さらに2015年に開催されたCOP21でパリ協定が締結され、各国が2050年頃までにカーボンニュートラル、要するにCO2の排出を実質ゼロにすることに合意したわけです。

ところが2022年2月にロシアがウクライナ侵攻を始めました。これによってロシアに天然ガス輸入を依存しているヨーロッパを中心にエネルギー供給の不安定さが浮き彫りになり、多くの国でエネルギー安全保障の重要性が改めて認識されるようになりました。
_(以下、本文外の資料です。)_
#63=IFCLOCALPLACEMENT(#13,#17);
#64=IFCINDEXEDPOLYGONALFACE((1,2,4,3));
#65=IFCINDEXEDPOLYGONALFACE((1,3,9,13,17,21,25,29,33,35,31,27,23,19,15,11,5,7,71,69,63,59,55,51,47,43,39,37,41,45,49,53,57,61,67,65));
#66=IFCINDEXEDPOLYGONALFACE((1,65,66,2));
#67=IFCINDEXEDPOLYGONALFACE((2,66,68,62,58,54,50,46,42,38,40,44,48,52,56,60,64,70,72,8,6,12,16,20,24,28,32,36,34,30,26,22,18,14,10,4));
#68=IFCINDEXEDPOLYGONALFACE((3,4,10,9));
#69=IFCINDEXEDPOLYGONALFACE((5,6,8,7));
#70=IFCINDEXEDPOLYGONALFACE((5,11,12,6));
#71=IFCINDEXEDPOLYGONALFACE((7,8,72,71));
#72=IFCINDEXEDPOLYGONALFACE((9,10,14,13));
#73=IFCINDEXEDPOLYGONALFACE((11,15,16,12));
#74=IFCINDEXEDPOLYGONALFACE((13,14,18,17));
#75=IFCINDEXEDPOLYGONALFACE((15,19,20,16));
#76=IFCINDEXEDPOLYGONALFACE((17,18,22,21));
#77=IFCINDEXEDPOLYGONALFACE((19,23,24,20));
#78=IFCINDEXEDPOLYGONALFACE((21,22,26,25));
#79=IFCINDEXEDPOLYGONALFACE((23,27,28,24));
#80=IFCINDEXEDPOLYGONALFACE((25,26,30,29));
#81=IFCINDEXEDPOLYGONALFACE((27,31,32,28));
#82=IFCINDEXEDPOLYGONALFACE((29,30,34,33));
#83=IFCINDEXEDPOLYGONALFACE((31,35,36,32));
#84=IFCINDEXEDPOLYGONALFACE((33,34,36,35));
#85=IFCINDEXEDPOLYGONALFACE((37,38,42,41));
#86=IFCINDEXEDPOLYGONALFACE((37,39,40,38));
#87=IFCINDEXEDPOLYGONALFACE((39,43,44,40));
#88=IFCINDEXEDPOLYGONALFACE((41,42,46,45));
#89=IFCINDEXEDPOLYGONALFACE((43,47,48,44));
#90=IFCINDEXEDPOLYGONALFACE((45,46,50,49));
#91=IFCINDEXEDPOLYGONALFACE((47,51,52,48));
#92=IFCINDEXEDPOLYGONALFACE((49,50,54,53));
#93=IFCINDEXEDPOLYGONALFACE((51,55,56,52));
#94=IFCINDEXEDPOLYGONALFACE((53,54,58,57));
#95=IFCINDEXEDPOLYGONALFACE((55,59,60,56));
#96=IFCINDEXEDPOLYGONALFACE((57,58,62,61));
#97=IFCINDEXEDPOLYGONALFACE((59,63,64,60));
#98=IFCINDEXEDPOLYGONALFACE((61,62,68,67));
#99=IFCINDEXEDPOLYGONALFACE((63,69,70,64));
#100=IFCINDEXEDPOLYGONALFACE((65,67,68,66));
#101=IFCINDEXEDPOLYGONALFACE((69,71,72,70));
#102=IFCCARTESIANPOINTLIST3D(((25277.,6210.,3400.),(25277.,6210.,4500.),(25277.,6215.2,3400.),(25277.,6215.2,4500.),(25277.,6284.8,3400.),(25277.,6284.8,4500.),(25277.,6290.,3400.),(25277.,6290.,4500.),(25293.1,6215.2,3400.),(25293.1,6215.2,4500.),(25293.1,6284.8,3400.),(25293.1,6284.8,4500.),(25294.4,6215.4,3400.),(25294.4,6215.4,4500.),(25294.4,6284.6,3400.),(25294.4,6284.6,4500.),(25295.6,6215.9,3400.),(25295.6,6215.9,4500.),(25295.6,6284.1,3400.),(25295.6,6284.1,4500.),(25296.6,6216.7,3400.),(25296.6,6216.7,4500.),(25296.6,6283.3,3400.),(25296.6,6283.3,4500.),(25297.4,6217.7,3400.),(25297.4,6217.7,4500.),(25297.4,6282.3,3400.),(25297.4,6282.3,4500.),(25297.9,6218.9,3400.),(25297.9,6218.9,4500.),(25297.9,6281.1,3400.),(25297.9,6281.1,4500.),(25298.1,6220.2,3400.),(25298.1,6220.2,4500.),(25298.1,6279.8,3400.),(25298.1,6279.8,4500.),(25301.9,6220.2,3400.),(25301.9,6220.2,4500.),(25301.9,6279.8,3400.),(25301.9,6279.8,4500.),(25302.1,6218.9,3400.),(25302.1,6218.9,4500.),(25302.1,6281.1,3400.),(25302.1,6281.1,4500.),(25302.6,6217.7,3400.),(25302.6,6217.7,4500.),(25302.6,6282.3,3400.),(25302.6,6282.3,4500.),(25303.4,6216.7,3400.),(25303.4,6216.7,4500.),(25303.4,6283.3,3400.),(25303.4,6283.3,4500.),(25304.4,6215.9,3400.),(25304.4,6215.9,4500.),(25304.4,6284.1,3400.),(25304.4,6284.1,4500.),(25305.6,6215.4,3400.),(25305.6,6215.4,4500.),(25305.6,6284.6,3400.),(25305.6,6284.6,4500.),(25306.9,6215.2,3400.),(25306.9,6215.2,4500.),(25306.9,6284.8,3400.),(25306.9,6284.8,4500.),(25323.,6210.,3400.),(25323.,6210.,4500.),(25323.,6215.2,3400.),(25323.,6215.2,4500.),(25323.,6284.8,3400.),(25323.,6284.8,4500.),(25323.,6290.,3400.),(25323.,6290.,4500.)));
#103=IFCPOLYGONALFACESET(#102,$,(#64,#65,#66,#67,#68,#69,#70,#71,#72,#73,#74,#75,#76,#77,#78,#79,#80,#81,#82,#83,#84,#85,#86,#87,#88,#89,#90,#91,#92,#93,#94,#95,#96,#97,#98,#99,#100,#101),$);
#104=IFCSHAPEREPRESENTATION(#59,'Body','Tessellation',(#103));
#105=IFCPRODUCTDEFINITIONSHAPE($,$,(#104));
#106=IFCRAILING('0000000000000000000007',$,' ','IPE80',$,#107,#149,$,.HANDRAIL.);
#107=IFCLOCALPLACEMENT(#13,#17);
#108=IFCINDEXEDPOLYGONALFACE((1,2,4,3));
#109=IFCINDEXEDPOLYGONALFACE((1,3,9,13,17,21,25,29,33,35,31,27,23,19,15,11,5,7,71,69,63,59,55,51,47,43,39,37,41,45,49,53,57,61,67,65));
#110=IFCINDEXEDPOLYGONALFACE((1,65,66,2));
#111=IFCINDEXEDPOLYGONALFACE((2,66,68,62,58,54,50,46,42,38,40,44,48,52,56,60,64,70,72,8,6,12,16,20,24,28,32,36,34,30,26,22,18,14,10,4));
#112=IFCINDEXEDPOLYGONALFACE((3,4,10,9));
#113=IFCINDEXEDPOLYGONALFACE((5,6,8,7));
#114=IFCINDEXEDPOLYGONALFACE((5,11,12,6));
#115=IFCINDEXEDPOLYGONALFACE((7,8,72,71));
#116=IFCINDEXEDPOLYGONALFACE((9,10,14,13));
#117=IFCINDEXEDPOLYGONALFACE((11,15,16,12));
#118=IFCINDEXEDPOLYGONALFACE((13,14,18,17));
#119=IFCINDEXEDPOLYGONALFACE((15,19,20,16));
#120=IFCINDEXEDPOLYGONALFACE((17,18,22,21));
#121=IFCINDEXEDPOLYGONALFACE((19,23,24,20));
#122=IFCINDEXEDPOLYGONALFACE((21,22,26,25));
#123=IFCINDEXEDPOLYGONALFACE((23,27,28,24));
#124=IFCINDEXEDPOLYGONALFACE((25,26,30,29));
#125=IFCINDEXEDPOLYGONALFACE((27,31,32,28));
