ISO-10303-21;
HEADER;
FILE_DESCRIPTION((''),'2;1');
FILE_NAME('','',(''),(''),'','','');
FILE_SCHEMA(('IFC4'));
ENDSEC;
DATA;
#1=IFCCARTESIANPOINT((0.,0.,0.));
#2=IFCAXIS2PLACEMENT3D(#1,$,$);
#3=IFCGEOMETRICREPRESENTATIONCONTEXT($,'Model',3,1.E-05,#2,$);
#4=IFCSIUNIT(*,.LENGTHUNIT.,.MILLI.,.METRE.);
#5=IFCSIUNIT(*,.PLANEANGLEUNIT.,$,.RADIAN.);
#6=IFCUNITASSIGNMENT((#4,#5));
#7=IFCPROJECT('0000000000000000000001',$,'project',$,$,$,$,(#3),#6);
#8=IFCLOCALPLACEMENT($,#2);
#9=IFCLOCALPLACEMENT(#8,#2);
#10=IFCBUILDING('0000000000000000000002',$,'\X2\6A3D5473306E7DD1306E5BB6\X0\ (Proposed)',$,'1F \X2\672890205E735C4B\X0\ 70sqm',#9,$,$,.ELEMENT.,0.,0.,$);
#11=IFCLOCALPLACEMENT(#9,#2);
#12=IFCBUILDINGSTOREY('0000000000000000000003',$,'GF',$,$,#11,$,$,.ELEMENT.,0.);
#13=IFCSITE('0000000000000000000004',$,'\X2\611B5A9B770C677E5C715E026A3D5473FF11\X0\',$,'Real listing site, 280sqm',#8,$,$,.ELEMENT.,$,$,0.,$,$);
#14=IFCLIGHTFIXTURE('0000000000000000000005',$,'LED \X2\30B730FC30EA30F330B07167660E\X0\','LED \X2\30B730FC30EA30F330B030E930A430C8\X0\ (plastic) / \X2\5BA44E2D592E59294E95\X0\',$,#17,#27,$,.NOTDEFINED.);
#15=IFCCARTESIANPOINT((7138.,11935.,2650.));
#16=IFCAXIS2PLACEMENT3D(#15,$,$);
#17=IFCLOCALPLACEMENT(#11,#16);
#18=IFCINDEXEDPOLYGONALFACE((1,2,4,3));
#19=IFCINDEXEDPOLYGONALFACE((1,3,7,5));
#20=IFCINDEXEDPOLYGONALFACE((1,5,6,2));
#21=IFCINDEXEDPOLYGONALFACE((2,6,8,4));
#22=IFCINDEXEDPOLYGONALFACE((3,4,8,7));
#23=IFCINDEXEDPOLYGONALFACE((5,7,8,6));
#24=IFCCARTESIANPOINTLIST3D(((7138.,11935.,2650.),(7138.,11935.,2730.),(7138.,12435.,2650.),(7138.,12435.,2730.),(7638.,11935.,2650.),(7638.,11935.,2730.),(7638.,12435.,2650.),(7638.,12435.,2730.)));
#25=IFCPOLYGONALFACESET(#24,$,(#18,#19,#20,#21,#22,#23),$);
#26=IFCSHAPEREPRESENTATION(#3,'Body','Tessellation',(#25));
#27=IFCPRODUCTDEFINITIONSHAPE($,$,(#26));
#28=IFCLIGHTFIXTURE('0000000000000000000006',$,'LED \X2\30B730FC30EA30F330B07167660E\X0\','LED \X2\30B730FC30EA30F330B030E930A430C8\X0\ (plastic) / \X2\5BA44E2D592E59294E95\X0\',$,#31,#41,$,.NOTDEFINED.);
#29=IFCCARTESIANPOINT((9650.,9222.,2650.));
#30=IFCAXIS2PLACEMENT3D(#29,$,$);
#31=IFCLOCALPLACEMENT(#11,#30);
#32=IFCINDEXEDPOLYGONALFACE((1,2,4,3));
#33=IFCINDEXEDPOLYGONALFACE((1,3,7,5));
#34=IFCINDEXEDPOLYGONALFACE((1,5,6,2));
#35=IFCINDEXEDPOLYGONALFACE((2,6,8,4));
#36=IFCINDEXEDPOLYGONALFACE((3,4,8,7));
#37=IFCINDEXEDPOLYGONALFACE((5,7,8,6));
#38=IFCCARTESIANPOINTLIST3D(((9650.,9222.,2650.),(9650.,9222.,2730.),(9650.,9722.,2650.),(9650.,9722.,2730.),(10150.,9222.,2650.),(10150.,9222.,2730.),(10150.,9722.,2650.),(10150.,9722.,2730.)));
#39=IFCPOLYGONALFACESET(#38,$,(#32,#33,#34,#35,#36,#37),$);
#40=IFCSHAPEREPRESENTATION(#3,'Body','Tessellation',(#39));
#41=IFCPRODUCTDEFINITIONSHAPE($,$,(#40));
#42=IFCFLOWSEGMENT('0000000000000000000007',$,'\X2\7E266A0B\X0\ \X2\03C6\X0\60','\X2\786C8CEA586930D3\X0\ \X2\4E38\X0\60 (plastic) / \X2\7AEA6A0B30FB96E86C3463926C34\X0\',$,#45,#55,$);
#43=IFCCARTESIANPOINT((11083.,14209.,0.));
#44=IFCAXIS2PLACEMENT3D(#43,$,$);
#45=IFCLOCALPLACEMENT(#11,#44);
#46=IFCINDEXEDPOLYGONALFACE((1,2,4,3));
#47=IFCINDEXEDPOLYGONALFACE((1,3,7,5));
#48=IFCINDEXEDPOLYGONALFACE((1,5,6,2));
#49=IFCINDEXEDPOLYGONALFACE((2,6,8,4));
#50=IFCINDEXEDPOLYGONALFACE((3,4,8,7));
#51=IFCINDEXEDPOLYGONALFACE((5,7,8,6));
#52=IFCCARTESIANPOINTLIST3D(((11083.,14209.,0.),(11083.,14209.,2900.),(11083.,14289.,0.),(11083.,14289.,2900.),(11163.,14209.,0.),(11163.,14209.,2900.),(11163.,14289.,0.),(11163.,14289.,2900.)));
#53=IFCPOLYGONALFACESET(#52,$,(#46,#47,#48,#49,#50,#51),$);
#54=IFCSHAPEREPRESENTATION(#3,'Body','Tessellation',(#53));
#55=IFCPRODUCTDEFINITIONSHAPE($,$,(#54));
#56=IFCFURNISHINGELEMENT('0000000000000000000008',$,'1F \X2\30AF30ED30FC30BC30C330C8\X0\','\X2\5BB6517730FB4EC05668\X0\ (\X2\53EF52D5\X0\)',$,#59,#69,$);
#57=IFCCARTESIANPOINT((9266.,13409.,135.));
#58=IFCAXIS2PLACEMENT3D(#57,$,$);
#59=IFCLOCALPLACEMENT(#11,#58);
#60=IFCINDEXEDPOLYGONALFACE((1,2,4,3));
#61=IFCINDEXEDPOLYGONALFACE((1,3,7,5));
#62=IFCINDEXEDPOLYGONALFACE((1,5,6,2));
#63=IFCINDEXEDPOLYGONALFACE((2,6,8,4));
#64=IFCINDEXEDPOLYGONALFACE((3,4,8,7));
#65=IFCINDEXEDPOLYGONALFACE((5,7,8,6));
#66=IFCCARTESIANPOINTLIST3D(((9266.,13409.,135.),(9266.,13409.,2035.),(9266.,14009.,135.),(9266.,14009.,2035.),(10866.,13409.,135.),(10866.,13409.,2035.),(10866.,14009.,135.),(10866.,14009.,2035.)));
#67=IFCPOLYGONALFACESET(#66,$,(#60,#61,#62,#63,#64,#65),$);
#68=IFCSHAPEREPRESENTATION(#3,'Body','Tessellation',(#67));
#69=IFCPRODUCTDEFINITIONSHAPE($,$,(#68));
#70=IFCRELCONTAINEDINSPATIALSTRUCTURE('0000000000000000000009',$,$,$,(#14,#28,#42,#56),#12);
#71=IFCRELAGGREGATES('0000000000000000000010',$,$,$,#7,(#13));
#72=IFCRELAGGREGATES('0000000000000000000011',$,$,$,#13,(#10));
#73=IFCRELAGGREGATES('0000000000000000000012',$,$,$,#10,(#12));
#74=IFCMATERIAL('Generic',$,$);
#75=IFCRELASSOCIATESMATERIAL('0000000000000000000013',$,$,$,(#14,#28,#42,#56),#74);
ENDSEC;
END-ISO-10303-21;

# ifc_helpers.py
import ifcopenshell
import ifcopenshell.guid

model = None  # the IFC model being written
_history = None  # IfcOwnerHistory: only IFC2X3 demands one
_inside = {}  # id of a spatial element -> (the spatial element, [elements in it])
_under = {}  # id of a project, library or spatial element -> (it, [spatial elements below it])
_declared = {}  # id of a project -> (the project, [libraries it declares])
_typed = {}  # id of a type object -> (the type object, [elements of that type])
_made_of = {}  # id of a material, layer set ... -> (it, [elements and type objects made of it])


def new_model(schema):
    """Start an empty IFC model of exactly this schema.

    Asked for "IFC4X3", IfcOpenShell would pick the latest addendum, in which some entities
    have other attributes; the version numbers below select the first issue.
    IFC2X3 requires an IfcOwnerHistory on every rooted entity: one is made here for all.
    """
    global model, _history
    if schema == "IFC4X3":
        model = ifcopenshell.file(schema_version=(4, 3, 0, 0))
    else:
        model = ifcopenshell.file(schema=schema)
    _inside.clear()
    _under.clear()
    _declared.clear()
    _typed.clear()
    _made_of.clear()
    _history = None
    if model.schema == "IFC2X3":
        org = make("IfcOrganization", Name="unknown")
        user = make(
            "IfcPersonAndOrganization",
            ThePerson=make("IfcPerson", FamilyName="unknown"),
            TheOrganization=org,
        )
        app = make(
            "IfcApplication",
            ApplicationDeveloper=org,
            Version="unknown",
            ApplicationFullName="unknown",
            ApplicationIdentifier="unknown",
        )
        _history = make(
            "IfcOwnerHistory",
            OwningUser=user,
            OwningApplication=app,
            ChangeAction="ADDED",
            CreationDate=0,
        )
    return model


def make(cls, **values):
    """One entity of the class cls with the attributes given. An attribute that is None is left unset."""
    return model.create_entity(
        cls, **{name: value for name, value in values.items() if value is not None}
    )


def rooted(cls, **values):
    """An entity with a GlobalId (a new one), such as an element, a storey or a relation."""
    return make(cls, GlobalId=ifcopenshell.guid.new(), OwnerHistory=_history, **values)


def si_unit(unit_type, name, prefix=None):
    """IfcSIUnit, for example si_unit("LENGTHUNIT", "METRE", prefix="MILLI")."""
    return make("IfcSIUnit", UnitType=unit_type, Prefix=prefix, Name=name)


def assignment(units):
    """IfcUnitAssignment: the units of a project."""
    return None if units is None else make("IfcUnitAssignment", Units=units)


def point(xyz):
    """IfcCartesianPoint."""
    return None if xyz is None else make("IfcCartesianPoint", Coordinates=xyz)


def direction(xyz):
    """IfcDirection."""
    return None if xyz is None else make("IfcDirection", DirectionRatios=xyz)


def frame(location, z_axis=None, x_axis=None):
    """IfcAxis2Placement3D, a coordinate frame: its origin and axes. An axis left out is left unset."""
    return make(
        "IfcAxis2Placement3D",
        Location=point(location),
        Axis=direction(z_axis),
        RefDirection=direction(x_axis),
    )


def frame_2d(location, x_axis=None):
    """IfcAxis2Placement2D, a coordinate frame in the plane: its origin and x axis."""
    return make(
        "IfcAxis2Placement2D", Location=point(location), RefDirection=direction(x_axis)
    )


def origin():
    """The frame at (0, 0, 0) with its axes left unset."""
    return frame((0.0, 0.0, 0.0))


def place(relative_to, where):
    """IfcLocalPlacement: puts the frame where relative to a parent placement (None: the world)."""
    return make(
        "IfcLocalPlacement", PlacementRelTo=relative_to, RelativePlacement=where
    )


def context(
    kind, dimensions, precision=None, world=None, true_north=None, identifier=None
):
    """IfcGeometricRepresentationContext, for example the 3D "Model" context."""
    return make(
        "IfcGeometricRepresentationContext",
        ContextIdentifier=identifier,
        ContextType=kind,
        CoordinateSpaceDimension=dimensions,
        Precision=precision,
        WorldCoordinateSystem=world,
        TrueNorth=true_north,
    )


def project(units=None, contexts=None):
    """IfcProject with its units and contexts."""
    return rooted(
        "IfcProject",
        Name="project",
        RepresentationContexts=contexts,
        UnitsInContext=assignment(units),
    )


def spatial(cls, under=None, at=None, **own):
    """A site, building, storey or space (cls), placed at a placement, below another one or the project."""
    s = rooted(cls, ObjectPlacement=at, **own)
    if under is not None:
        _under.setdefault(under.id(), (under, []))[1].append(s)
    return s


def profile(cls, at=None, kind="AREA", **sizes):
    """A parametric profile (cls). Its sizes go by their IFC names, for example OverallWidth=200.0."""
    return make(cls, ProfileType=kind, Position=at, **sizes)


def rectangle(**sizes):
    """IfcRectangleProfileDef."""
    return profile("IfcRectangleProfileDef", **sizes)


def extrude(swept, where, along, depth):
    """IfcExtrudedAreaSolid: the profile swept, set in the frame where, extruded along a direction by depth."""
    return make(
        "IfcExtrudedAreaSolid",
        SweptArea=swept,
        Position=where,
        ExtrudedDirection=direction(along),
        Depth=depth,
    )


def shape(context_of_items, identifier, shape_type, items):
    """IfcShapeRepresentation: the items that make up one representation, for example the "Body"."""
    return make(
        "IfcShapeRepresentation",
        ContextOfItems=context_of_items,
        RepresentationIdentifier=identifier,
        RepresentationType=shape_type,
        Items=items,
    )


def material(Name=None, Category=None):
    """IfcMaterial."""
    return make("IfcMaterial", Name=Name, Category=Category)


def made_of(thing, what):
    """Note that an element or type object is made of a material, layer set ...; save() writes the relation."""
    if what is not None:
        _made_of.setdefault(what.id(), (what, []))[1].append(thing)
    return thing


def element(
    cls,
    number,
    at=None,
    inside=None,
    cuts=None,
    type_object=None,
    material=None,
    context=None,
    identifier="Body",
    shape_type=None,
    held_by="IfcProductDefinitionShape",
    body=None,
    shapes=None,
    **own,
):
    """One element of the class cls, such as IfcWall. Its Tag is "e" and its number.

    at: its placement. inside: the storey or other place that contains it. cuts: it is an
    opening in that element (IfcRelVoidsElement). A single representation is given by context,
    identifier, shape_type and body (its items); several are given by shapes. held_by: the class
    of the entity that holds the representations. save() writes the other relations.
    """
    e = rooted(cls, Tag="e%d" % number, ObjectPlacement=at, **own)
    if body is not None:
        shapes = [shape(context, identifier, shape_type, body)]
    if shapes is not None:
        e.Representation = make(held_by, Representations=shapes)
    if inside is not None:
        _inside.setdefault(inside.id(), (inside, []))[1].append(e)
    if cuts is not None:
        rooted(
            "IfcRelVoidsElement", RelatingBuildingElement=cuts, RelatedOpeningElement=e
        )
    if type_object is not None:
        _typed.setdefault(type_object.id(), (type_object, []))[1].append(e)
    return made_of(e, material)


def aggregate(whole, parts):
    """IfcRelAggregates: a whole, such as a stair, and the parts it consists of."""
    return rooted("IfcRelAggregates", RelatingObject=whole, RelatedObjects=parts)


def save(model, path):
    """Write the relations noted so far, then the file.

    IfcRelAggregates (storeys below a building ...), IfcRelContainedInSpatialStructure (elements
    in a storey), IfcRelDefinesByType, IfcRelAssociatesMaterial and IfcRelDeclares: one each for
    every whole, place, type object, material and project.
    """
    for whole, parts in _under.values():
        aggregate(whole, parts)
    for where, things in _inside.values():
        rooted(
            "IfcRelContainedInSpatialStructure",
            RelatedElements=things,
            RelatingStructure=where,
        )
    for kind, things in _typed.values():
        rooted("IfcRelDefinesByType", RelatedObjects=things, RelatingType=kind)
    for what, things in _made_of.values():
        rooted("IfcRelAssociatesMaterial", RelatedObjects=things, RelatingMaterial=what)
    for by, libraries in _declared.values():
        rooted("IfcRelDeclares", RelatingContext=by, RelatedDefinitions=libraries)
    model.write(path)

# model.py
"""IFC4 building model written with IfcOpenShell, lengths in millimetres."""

from ifc_helpers import new_model, si_unit, frame, frame_2d, origin, place, context, project, spatial, rectangle, extrude, material, element, save


model = new_model("IFC4")

# Units and contexts
model_context = context("Model", 3, precision=1e-05, world=origin())
ifc_project = project(units=[si_unit("LENGTHUNIT", "METRE", prefix="MILLI"), si_unit("PLANEANGLEUNIT", "RADIAN")], contexts=[model_context])

# Site, building, storey
site_placement = place(None, origin())
site = spatial("IfcSite", under=ifc_project, at=site_placement, Name="愛媛県松山市樽味１", ObjectType="Real listing site, 280sqm", CompositionType="ELEMENT", RefElevation=0.0)
building_placement = place(site_placement, origin())
building = spatial("IfcBuilding", under=site, at=building_placement, Name="樽味の緑の家 (Proposed)", ObjectType="1F 木造平屋 70sqm", CompositionType="ELEMENT", ElevationOfRefHeight=0.0, ElevationOfTerrain=0.0)
storey_placement = place(building_placement, origin())
storey = spatial("IfcBuildingStorey", under=building, at=storey_placement, Name="GF", CompositionType="ELEMENT", Elevation=0.0)

# Shared definitions
ifc_material_1 = material(Name="Generic")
さらに、最近、生成AIが急速に発展しています。AI向けのデータセンターは大量の電力を必要とすることから、世界中で電力需要が伸びているのです。このようなことから、再生可能エネルギーだけで安定かつ十分な電力を補うのは、まだ難しいと思います。

温室効果ガスを除去する技術

──再生可能エネルギーだけでは難しいと。

 はい。当面は天然ガスなど既存のエネルギーに依存せざるを得ない状況が続くと考えられています。今年2月に閣議決定された第7次エネルギー基本計画では、再生可能エネルギーの重要性を再確認する一方で、温室効果ガスの排出が比較的少ないと言われている天然ガスについても、カーボンニュートラル達成後の重要なエネルギー源に位置づけられています。

日本は天然ガスを液化し、LNGとして輸入していますが、今後も天然ガスを利用し続けるのであれば、LNGのバリューチェーン、すなわち製造・輸送過程での低炭素化が必要になります。そのための具体的な手段として、メタンの排出削減や、CO2を回収・再利用するCCUS(Carbon Capture, Utilization and Storage)という技術が注目されています。なお、CO2を再利用せずに回収・貯留する技術はCCS(Carbon Capture, and Storage)と呼ばれます。

気候変動問題に対応していくためには、温室効果ガスを出さない再生可能エネルギーの拡大と同時に、どうしても化石燃料から出てしまう温室効果ガスを生産工程からどうやって減らしていくかを考えなければいけません。メタン排出の削減や、CCUSといった取り組みは、現実的な低炭素化の戦略の柱になると考えています。

──CCSやCCUSの課題はどういったところでしょうか。

 今のところCO2自体は価値を生まないので、そのコストを誰が払うのかというところがなかなか難しい。昨年、「CCS事業法」という法律が成立したのですが、具体的にどういう公的支援をしていくかを今、政府の中で議論しています。また、地下にCO2を埋めるというと、地震との関係を懸念される方々もいらっしゃるので、社会受容性の促進も課題のひとつです。

さらに、日本ではこれまでCCSに関する技術リスクを減らすために実証的な取り組みが行われており、技術面の課題は徐々に克服されつつあると思いますが、コスト削減も課題です。